Function	GPIO	Purpose
Boot button	GPIO 0	Push-to-talk (hold to unmute)

Using a different ESP32 board?

Edit src/main.rs to change:

• Display SPI pins (lines 91-96)
• Speaker I2S pins (lines 120-127)
• Mic I2S pins (lines 141-148)
• Boot button GPIO (line 154)

Server

This client connects to the Streamcore Voice Agent server. Set it up first:

👉 streamcoreai/streamcore-server — follow the README there to get the server running.

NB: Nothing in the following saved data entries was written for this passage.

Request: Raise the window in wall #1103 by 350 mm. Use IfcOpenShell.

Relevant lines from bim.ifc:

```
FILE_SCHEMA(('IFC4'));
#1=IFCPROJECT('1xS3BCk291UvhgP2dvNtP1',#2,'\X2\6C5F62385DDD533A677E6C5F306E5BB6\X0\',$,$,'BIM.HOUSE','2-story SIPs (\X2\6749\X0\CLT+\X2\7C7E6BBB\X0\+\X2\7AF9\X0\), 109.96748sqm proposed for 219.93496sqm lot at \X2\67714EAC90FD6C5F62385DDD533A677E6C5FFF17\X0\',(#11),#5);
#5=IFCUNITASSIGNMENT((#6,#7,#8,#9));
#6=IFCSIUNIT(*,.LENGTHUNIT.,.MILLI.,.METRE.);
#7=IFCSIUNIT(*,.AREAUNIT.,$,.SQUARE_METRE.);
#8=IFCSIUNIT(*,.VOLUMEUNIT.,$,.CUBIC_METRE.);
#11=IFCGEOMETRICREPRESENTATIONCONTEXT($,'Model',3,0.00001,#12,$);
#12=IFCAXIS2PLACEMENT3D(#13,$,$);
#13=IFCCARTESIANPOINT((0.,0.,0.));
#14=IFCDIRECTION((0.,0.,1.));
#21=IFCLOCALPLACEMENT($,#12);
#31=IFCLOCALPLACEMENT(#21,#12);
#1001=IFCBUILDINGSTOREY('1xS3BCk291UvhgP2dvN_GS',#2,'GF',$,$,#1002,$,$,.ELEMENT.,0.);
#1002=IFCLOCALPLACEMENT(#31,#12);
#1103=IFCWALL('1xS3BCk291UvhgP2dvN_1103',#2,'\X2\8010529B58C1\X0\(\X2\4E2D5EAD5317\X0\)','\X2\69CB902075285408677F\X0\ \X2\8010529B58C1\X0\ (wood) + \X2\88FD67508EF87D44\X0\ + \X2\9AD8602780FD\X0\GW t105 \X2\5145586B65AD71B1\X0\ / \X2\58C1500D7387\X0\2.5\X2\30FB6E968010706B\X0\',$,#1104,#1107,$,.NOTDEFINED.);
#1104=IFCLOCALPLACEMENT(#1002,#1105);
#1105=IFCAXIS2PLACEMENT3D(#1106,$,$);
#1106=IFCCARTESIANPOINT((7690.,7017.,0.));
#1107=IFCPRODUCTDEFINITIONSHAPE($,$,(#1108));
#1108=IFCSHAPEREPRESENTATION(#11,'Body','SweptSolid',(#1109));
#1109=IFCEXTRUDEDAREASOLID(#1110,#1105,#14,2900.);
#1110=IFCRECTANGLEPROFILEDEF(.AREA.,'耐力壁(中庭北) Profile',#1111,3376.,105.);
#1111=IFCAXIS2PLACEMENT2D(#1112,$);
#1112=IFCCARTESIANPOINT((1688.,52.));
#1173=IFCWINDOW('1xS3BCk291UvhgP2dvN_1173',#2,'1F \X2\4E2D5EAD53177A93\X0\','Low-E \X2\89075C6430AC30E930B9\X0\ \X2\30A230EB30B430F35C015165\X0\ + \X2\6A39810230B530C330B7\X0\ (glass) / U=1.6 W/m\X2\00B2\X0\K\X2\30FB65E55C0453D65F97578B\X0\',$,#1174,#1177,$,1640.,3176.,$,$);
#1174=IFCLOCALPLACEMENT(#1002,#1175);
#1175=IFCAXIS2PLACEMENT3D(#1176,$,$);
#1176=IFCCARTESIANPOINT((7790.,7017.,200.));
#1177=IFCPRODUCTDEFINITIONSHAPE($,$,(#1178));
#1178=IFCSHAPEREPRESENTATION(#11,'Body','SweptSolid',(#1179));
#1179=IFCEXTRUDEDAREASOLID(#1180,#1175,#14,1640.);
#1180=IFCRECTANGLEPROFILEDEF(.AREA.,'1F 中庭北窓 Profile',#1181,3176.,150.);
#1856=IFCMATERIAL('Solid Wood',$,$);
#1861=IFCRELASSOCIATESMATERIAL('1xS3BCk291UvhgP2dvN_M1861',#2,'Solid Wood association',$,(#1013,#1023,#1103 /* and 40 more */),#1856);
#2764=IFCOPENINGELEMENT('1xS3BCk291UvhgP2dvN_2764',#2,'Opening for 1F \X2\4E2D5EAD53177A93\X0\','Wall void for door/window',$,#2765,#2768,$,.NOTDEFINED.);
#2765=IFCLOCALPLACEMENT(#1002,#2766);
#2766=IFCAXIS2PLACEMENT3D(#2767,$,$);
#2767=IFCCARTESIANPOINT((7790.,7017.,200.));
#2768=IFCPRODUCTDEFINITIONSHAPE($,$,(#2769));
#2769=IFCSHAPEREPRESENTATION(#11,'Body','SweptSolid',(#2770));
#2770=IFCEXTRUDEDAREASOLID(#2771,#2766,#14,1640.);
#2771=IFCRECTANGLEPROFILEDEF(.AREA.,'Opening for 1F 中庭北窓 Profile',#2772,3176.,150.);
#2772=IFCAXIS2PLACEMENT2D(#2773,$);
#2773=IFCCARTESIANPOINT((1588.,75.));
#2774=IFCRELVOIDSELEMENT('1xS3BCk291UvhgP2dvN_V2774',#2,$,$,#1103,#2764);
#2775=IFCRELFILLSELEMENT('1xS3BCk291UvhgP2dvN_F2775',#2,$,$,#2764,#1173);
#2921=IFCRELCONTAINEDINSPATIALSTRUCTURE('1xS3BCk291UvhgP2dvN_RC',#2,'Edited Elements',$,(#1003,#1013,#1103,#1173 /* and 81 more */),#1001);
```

```python
import numpy as np
import ifcopenshell
import ifcopenshell.api.geometry
import ifcopenshell.util.placement
import ifcopenshell.util.unit

model = ifcopenshell.open("bim.ifc")
unit_scale = ifcopenshell.util.unit.calculate_unit_scale(model)

window = model.by_guid("1xS3BCk291UvhgP2dvN_1173")
opening = window.FillsVoids[0].RelatingOpeningElement
dz = 0.35 / unit_scale

shift = np.array([0.0, 0.0, dz])
# The window is not placed relative to its opening, so move both.
for product in (opening, window):
    matrix = ifcopenshell.util.placement.get_local_placement(product.ObjectPlacement)
    matrix[:3, 3] += shift
    ifcopenshell.api.geometry.edit_object_placement(model, product=product, matrix=matrix, is_si=False)

print(f"moved by {dz * unit_scale:+.3f} m")

model.write("bim-out.ifc")
```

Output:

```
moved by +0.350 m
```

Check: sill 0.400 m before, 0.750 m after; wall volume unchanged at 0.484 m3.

Once the server is up, set WHIP_ENDPOINT below to point at it (e.g. http://<server-ip>:8080/whip).

Prerequisites

1. Rust ESP toolchain — install via espup:

   cargo install espup
   espup install
   # Source the export file (added to your shell profile)
   . $HOME/export-esp.sh

2. ESP-IDF v5.4 — pulled automatically by esp-idf-sys during the first build into .embuild/. This directory is auto-generated and should not be committed.

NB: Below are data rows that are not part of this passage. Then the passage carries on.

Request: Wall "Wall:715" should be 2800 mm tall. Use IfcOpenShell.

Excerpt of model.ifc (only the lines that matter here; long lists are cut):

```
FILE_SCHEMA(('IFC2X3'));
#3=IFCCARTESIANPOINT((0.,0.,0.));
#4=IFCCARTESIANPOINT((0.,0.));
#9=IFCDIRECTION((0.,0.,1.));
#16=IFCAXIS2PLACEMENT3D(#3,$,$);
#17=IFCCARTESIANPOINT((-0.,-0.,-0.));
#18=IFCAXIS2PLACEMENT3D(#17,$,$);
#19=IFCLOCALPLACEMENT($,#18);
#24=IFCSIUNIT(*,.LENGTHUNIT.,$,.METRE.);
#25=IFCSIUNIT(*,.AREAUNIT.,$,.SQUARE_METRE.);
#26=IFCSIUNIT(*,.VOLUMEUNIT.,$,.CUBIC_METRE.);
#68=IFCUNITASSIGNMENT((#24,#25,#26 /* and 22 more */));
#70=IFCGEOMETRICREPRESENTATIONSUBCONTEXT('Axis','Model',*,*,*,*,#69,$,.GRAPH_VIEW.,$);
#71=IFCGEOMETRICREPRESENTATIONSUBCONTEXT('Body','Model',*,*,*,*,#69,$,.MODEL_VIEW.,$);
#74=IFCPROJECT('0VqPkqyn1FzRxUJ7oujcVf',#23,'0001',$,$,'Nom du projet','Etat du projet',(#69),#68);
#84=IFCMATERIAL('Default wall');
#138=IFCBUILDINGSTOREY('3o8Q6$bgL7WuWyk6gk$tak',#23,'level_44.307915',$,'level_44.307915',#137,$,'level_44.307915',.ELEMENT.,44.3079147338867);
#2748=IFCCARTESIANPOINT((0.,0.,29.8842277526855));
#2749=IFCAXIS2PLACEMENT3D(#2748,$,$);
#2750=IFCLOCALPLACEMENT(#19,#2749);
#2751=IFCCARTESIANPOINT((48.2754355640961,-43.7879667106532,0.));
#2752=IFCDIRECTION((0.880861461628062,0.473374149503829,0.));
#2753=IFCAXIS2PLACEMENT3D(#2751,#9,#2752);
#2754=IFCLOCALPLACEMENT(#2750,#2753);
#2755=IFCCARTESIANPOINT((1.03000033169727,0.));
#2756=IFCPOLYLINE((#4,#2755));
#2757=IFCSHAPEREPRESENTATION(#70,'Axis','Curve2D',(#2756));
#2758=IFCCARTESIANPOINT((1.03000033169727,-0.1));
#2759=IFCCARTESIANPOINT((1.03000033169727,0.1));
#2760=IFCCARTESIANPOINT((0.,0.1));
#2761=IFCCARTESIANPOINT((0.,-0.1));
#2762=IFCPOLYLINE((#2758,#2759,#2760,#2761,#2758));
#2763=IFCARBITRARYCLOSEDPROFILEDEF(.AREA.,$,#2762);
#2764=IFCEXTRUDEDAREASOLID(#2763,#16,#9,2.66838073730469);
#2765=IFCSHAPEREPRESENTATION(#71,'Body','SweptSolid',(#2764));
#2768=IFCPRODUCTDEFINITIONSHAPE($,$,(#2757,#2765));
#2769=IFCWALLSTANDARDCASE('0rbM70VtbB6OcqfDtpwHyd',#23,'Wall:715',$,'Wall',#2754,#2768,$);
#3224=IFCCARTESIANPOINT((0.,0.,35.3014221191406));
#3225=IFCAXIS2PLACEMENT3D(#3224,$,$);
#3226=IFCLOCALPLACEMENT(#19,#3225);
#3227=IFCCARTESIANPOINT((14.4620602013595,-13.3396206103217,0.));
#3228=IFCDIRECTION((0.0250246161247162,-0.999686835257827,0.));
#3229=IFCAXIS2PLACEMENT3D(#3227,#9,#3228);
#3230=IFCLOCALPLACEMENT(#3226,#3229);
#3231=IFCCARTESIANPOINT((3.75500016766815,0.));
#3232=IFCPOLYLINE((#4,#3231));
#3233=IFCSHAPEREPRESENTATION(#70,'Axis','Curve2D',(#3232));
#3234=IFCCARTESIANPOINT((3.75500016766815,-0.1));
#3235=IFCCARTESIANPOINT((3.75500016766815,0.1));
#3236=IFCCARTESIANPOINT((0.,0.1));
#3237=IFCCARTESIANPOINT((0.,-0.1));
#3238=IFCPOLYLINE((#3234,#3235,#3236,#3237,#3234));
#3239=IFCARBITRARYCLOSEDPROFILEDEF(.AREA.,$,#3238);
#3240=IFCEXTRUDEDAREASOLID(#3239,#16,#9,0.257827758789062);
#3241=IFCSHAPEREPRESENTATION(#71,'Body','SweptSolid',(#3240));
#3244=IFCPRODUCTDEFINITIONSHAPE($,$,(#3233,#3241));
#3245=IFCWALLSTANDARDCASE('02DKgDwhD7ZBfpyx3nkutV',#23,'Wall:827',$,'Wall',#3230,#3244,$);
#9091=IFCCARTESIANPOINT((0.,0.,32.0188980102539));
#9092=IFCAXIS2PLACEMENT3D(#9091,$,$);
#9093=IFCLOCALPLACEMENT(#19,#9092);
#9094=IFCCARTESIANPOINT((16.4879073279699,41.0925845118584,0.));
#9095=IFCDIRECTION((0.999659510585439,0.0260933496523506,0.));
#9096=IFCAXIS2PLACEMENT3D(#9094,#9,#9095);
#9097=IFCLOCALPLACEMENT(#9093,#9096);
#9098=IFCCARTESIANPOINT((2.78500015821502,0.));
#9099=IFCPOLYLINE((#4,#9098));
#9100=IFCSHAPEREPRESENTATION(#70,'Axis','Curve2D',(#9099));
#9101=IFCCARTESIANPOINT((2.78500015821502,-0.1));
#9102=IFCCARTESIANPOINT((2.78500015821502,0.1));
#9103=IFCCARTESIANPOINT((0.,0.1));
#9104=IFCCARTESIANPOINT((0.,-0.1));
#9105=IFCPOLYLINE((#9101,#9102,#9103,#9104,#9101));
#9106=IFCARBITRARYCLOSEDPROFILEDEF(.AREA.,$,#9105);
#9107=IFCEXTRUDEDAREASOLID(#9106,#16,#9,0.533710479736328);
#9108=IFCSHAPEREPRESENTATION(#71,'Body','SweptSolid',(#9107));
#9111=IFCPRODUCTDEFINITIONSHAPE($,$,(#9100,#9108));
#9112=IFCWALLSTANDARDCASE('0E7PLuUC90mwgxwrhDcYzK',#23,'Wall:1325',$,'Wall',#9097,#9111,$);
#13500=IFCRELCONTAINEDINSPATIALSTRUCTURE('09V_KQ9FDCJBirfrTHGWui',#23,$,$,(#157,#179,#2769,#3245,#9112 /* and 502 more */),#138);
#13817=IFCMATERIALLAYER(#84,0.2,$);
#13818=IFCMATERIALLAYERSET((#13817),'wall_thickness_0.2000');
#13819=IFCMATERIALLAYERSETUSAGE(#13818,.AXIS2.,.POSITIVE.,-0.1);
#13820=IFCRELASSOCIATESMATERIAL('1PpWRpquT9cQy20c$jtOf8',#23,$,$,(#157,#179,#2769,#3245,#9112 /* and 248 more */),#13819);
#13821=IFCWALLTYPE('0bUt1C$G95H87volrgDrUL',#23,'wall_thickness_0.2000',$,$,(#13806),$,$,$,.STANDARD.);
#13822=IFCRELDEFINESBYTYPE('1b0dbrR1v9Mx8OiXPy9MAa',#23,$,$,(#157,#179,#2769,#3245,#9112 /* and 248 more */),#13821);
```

```python
import ifcopenshell
import ifcopenshell.geom
import ifcopenshell.util.representation
import ifcopenshell.util.shape

model = ifcopenshell.open("model.ifc")
settings = ifcopenshell.geom.settings()


def volume(element):
    """Net volume in cubic metres, openings subtracted."""
    shape = ifcopenshell.geom.create_shape(settings, element)
    return ifcopenshell.util.shape.get_volume(shape.geometry)


wall = model.by_guid("0rbM70VtbB6OcqfDtpwHyd")
before = volume(wall)

body = ifcopenshell.util.representation.get_representation(wall, "Model", "Body")
solid = body.Items[0]
old_height = solid.Depth
solid.Depth = 2.8
after = volume(wall)

print(f"height {old_height:g} -> {solid.Depth:g}, volume {before:.3f} -> {after:.3f} m3")

model.write("model_updated.ifc")
```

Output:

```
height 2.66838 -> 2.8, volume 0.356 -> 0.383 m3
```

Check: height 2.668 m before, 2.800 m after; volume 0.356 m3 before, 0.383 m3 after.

   Note: The first build downloads ~2GB of ESP-IDF tooling. Subsequent builds reuse the cached .embuild/ directory.

3. ldproxy and espflash:

   cargo install ldproxy espflash

4. esp-webrtc-solution — included as a git submodule. After cloning, init it:

   git submodule update --init

Configuration

Set these environment variables before building (or edit the constants in src/main.rs):

export WIFI_SSID="your-wifi-ssid"
export WIFI_PASSWORD="your-wifi-password"
export WHIP_ENDPOINT="http://192.168.1.100:8080/whip"

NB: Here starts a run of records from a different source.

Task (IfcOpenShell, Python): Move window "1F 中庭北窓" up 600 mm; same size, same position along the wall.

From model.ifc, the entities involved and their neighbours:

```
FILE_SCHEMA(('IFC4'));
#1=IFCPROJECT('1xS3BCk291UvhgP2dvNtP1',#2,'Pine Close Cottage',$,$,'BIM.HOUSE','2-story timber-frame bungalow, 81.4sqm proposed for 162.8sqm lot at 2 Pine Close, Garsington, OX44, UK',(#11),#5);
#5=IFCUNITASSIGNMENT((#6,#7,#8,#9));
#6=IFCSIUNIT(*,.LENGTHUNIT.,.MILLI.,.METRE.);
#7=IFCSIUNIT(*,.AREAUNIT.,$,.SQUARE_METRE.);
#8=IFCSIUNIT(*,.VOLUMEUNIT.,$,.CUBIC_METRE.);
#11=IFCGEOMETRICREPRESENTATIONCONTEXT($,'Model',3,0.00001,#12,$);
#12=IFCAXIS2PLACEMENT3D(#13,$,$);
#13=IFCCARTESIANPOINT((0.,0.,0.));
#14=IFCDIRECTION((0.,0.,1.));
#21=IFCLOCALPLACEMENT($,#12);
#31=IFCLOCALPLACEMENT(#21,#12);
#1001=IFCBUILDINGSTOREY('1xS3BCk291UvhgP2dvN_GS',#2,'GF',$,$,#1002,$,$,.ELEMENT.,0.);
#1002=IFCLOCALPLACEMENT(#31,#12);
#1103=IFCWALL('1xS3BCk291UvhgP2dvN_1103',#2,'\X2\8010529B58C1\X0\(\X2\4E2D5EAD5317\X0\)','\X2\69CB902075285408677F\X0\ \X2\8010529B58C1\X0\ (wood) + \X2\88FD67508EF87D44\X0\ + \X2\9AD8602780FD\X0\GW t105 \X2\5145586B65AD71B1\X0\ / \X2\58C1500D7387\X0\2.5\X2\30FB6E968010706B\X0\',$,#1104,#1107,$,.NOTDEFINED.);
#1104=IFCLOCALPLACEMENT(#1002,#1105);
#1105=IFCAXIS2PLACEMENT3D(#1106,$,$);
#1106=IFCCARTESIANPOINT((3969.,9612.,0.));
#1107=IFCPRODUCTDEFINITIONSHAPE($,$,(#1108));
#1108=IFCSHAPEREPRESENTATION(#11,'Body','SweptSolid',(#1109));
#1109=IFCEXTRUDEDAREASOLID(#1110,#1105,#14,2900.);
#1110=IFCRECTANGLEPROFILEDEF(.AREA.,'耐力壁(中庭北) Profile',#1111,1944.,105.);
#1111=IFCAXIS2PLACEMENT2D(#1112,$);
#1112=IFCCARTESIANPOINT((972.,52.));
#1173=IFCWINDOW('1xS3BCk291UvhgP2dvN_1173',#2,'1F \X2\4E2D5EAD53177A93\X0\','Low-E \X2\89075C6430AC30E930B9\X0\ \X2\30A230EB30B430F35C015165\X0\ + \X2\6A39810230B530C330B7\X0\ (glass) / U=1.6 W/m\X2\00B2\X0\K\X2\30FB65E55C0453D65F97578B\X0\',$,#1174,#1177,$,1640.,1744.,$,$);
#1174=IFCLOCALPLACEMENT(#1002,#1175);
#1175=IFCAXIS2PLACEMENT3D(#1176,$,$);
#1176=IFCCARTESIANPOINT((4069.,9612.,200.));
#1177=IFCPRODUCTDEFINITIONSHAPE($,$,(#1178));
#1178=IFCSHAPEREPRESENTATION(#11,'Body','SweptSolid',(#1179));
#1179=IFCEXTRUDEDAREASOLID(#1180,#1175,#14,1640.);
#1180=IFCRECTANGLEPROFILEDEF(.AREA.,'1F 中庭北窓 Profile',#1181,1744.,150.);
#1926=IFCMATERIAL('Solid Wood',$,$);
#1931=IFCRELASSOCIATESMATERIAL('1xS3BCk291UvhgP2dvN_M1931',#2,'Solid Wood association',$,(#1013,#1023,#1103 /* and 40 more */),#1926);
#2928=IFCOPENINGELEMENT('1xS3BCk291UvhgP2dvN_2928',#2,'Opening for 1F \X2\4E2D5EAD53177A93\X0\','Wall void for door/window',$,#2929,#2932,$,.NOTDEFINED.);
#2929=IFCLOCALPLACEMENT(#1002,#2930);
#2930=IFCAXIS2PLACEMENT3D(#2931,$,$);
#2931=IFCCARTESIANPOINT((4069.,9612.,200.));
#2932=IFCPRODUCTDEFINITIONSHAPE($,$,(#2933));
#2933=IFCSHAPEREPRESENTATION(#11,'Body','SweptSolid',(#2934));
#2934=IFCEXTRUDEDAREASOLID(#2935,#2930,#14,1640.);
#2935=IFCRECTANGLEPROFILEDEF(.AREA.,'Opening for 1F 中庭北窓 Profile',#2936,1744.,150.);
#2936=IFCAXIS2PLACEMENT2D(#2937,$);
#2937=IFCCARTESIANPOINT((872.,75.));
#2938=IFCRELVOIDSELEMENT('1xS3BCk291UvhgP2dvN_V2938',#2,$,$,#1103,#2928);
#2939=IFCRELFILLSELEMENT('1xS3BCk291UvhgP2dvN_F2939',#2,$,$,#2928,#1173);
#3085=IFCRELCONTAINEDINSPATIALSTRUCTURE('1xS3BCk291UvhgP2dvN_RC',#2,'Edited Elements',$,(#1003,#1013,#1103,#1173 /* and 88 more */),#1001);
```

```python
import numpy as np
import ifcopenshell
import ifcopenshell.api.geometry
import ifcopenshell.util.placement
import ifcopenshell.util.unit

model = ifcopenshell.open("model.ifc")
unit_scale = ifcopenshell.util.unit.calculate_unit_scale(model)

window = model.by_guid("1xS3BCk291UvhgP2dvN_1173")
opening = window.FillsVoids[0].RelatingOpeningElement
dz = 0.6 / unit_scale

shift = np.array([0.0, 0.0, dz])
# The window is not placed relative to its opening, so move both.
for product in (opening, window):
    matrix = ifcopenshell.util.placement.get_local_placement(product.ObjectPlacement)
    matrix[:3, 3] += shift
    ifcopenshell.api.geometry.edit_object_placement(model, product=product, matrix=matrix, is_si=False)

print(f"moved by {dz * unit_scale:+.3f} m")

model.write("model-out.ifc")
```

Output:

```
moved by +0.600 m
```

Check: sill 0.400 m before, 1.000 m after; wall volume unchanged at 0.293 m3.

STUN_SERVER is currently hardcoded to empty in src/main.rs. Edit the constant directly if you need STUN.

Build & Flash

# Build
cargo build --release

# Flash and monitor (connect your ESP32-S3 via USB)
espflash flash target/xtensa-esp32s3-espidf/release/voiceagent-esp32 --monitor

Or in one step:

cargo run --release

(requires uncommenting the runner line in .cargo/config.toml)

Architecture

src/
├── main.rs              # Entry point: WiFi → WHIP → WebRTC → audio loop
├── afe_pipeline.rs      # ESP-SR AFE wrapper (AGC + noise suppression)
├── audio.rs             # I2S audio driver (speaker TX + mic RX, simplex mode)
├── audio_processing.rs  # Half-duplex tracking + fallback software gain
├── display.rs           # ST7789 TFT display driver (240x280) + UI rendering
├── esp_peer_ffi.rs      # Raw FFI bindings to the esp_peer C API
├── opus_codec.rs        # Opus encoder/decoder wrapper
├── webrtc.rs            # Safe Rust wrapper around esp_peer C library
├── whip.rs              # WHIP signaling (HTTP POST/DELETE) via ESP-IDF HTTP client
└── wifi.rs              # WiFi STA connection helper

Flow

1. Boot → connect to WiFi → start display thread (ST7789 @ 10 FPS)
2. Open esp_peer WebRTC connection (Opus audio + "events" data channel)
3. Create SDP offer → POST to WHIP endpoint → receive SDP answer
4. Set remote description → ICE/DTLS handshake completes
5. Audio loop:
   • Mic path: I2S RX 16kHz mono → 32-to-16-bit conversion → AFE (AGC + noise suppression) → Opus encode @ 16kHz → send to server
   • Speaker path: receive Opus → decode @ 16kHz → upsample 16→24kHz (linear interpolation) → I2S TX playback
6. Controls: GPIO0 boot button = push-to-talk (hold to unmute)
7. Display: Shows connection status, VU meter, speaking indicator, last user/AI transcript
8. Data channel: delivers transcript/response/error JSON (same format as other SDKs)

Data Channel Messages

The server sends JSON messages on the events data channel:

{"type": "transcript", "text": "hello", "final": true}
{"type": "response", "text": "Hi there! How can I help?"}
{"type": "error", "message": "something went wrong"}

Targeting plain ESP32

1. sdkconfig.defaults: set CONFIG_IDF_TARGET="esp32", remove CONFIG_SPIRAM_MODE_OCT, CONFIG_ESP32S3_DEFAULT_CPU_FREQ_240
2. .cargo/config.toml: set target = "xtensa-esp32-espidf" and MCU = "esp32"
3. src/main.rs: change all GPIO pin assignments to match your board (the current pins are S3-specific and many don't exist on plain ESP32)

Note: The ESP-SR AFE pipeline is memory-hungry. Plain ESP32 with limited PSRAM may not have enough RAM to run it — the fallback software-gain path will be used instead.

Why not reuse the rust-sdk?

The existing rust-sdk/ uses the webrtc crate (Pion-based, requires tokio + full OS networking), reqwest, and audiopus — none of which can run on ESP32's FreeRTOS-based ESP-IDF environment. This project uses Espressif's native esp_peer C library instead, called from Rust via FFI.